Group leader: AProf. Jagat Kanwar

Group members

Associate Professor Jagat Kanwar, group leader of the Nanomedicine-Laboratory of Immunology and Molecular Biomedical Research in Nanomedicine (LIMBR-setup in 2007 after A/Prof. Kanwar's movement to Deakin University), has a national and international reputation in investigating fundamental and applied molecular aspects of cancer and chronic inflammation. The group carries out research in the areas of national priority such cancer, chronic inflammatory diseases (ageing) and molecular nutrition (complementary alternative medicine) with milk/herbs bioactives as immunomodulators. Additionally by investigating bioactives' role in gut biology, and immune health, LIMBR seeks to commercially exploit dairy bioactives for human health and the development of functional food ingredients, health supplements and neutraceutical and/or pharmaceutical grade immunotherapeutics. Apart from industry funded projects our research is also focused on siRNA, miRNA, aptamer, and immunoliposomes technology and disease target drug discovery. LIMBR provides high quality research training and education to undergraduate and postgraduate students which, in turn, strengthen Deakin's strategic research and academic priorities, helping our students keep in pace with the emerging concepts of science and technology.

An immense focus of the group is to develop non-conventional therapeutics involving natural compounds for cancer and other inflammatory diseases. Nanomedicine is the need for the day to develop, synthesise and characterize of nanoformulations that can achieve a more targeted and specific delivery system is being carried out in the laboratory. Extensive research is carried out for development and physico-chemical characterization of biodegradable and biocompatible drug delivery vehicles. Novel targeted delivery systems possessing enhanced permeation retention effect, narrow size range and stable have been successfully synthesised. A number of other developments including microfluidics, nanodevices and microchips for targeted delivery and diagnosis are also our major interests. The principle aim is to achieve a system where there is a diagnostic and therapeutic approach to target cancer and other inflammatory conditions. Recently microfluidic systems being worked upon are targeting an approach to less time consuming and more economic methods for cancer and microbial infection diagnosis.

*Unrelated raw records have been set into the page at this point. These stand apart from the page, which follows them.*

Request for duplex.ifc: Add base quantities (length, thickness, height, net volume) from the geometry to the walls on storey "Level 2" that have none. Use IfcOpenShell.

First a look at what the model holds.

```python
import ifcopenshell
import ifcopenshell.util.element
import ifcopenshell.util.unit

model = ifcopenshell.open("duplex.ifc")
print(model.schema)
for unit_type in ("LENGTHUNIT", "AREAUNIT", "VOLUMEUNIT"):
    print(unit_type, ifcopenshell.util.unit.calculate_unit_scale(model, unit_type))
storey = next(s for s in model.by_type("IfcBuildingStorey") if s.Name == "Level 2")
walls = [e for e in ifcopenshell.util.element.get_decomposition(storey) if e.is_a("IfcWall")]
for e in sorted(walls, key=lambda e: e.id()):
    print(e.id(), e.is_a(), e.Name, list(ifcopenshell.util.element.get_psets(e, qtos_only=True)), sep=" | ")
```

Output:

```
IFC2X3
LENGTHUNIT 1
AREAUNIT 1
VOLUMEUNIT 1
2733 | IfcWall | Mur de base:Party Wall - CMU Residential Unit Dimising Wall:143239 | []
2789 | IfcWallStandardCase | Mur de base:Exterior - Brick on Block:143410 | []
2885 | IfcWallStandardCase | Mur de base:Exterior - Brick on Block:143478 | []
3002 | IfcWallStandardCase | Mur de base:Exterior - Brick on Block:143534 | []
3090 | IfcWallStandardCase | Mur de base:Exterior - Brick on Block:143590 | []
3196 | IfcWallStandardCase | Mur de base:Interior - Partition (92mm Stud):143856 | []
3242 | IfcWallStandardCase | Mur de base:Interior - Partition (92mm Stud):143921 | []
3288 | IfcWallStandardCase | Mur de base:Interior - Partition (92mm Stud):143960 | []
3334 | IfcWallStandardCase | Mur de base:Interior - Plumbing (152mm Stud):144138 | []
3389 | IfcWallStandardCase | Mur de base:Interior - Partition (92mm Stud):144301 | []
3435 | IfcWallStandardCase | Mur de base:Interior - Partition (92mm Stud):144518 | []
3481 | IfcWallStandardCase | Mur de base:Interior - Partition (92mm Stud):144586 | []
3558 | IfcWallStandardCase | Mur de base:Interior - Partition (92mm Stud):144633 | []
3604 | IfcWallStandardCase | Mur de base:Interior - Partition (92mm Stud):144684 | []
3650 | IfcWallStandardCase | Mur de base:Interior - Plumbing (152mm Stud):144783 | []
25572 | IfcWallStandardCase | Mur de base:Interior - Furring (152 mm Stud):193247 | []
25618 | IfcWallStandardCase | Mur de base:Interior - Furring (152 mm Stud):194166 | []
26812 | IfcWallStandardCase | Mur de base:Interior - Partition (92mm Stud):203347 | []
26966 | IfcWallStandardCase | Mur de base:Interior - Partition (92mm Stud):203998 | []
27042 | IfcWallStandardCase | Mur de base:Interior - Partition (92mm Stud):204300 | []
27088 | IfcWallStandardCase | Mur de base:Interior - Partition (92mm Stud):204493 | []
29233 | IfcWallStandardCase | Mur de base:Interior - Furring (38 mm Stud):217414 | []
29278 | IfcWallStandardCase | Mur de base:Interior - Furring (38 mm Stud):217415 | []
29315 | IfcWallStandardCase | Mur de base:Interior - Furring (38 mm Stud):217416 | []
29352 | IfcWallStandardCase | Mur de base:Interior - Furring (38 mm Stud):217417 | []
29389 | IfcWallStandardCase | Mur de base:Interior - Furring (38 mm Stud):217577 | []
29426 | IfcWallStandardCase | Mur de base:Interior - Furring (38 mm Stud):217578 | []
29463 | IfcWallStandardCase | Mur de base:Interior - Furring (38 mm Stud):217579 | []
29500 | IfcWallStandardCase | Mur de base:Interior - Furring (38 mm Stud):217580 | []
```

```python
import ifcopenshell
import ifcopenshell.api.pset
import ifcopenshell.geom
import ifcopenshell.util.element
import ifcopenshell.util.shape
import ifcopenshell.util.unit

model = ifcopenshell.open("duplex.ifc")
unit_scale = ifcopenshell.util.unit.calculate_unit_scale(model)
volume_scale = ifcopenshell.util.unit.calculate_unit_scale(model, "VOLUMEUNIT")
settings = ifcopenshell.geom.settings()

storey = next(s for s in model.by_type("IfcBuildingStorey") if s.Name == "Level 2")
walls = [e for e in ifcopenshell.util.element.get_decomposition(storey) if e.is_a("IfcWall")]

for e in sorted(walls, key=lambda e: e.id()):
    if ifcopenshell.util.element.get_psets(e, qtos_only=True, should_inherit=False):
        continue
    # Geometry comes back in metres, in the element's own axes.
    shape = ifcopenshell.geom.create_shape(settings, e)
    values = {
        "Length": ifcopenshell.util.shape.get_x(shape.geometry) / unit_scale,
        "Width": ifcopenshell.util.shape.get_y(shape.geometry) / unit_scale,
        "Height": ifcopenshell.util.shape.get_z(shape.geometry) / unit_scale,
        "NetVolume": ifcopenshell.util.shape.get_volume(shape.geometry) / volume_scale,
    }
    qto = ifcopenshell.api.pset.add_qto(model, product=e, name="BaseQuantities")
    ifcopenshell.api.pset.edit_qto(model, qto=qto, properties=values)
    print(e.id(), {k: round(v, 3) for k, v in values.items()})

model.write("duplex-out.ifc")
```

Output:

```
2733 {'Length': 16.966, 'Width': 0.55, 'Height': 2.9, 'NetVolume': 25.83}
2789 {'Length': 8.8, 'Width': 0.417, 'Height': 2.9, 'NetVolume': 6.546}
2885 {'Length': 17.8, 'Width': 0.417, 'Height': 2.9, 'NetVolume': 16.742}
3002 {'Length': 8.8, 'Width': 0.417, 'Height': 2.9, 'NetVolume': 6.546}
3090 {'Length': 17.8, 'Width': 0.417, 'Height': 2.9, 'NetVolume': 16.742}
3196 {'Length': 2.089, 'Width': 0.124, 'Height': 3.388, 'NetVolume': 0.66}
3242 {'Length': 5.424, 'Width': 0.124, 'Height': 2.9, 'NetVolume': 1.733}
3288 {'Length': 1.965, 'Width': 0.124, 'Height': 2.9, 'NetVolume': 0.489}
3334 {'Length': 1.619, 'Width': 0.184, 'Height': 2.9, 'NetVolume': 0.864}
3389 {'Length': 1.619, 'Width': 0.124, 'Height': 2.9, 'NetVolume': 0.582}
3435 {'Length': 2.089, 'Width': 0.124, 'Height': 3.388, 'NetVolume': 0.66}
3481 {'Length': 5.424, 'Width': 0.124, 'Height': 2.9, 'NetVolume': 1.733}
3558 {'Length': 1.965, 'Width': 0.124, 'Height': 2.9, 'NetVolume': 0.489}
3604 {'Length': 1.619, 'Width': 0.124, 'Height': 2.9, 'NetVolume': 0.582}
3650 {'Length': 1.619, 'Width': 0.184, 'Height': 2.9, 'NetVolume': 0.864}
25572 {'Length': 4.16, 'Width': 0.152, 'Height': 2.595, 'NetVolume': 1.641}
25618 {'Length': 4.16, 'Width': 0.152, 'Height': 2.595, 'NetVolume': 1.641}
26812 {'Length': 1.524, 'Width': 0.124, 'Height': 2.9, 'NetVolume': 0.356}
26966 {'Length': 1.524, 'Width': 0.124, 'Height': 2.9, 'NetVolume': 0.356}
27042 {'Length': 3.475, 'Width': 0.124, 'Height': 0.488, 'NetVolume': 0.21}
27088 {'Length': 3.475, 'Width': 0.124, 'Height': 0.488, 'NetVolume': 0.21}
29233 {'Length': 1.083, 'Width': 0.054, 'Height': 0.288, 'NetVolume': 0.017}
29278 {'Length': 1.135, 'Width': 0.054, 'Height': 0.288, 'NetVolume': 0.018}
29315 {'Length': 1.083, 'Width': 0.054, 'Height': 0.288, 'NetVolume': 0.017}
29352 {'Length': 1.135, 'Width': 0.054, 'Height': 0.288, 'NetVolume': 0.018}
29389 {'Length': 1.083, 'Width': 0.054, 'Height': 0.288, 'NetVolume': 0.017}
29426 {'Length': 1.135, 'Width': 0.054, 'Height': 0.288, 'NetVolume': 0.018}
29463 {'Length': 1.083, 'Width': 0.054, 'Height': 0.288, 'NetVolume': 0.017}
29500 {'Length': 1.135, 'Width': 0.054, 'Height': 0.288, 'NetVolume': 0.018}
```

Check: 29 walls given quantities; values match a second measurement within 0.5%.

Cellular internalization of Fe-bLf encapsulated nanocarriers (NC)

Current Research

We seek to explore the roles of molecular mediators, antioxidants and cellular communication in the pathophysiological mechanisms of chronic inflammatory, microbial diseases and cancer. LIMBR focuses on the:

1. Development of multi-targeted oral or intravenous delivery systems for treatment and diagnosis:

  • cancer and chronic inflammatory diseases targeted nanomedicine based drug delivery
  • siRNA, miRNA anti-sense targeted gene nanomedicine based technology to target cancer and inflammation
  • drug discovery with anticancer targets for cancer cell survival, death, arrest, and repair
  • development of recombinant proteins and searching new immunomodulatory and anti-inflammatory bioactives, proteins and peptides for cancer and neuroprotection
  • development of complementary alternative medicine from the milk derived proteins including metal binding protein (Lactoferrin), and herbal preparation derived active components with a special focus on the treatment of colon and breast cancers
  • development of oral and intravenous administration of nanocarriers to overcome the challenging concept of drug resistance in various cancers
  • development of new generation safe, biodegradable, less toxic, disease targeted natural contrast materials for imaging

Our research combines Immunology with state of the art and cutting edge techniques in Molecular Biology, Biochemistry, Nanobiotechnology and visualization to investigate the pathways in which key molecules are regulated in both normal and disease states. A number of in vitro human cell/tissue based co-culture models for cancers, microbial infections; chronic inflammatory diseases (osteoarthritis, inflammatory bowel disease), gut health, neurodegeneration and immunomodulation have been developed. Our objective is to understand and target the mechanisms involved at the molecular and sub cellular level which gives us an edge over the prevalent targeting techniques. We carry out both academic and commercial research projects and develop new approaches for the diagnosis, treatment, and nanomedicine based new generation delivery systems for the prevention of human diseases like cancer, infectious, inflammatory bowel disease (IBD), neurodegenerative, osteoarthritis, cardiovascular and pulmonary diseases. LIMBR through national and international collaborations aims in near future to translate discoveries into new approaches for the diagnosis, treatment, and prevention of human diseases.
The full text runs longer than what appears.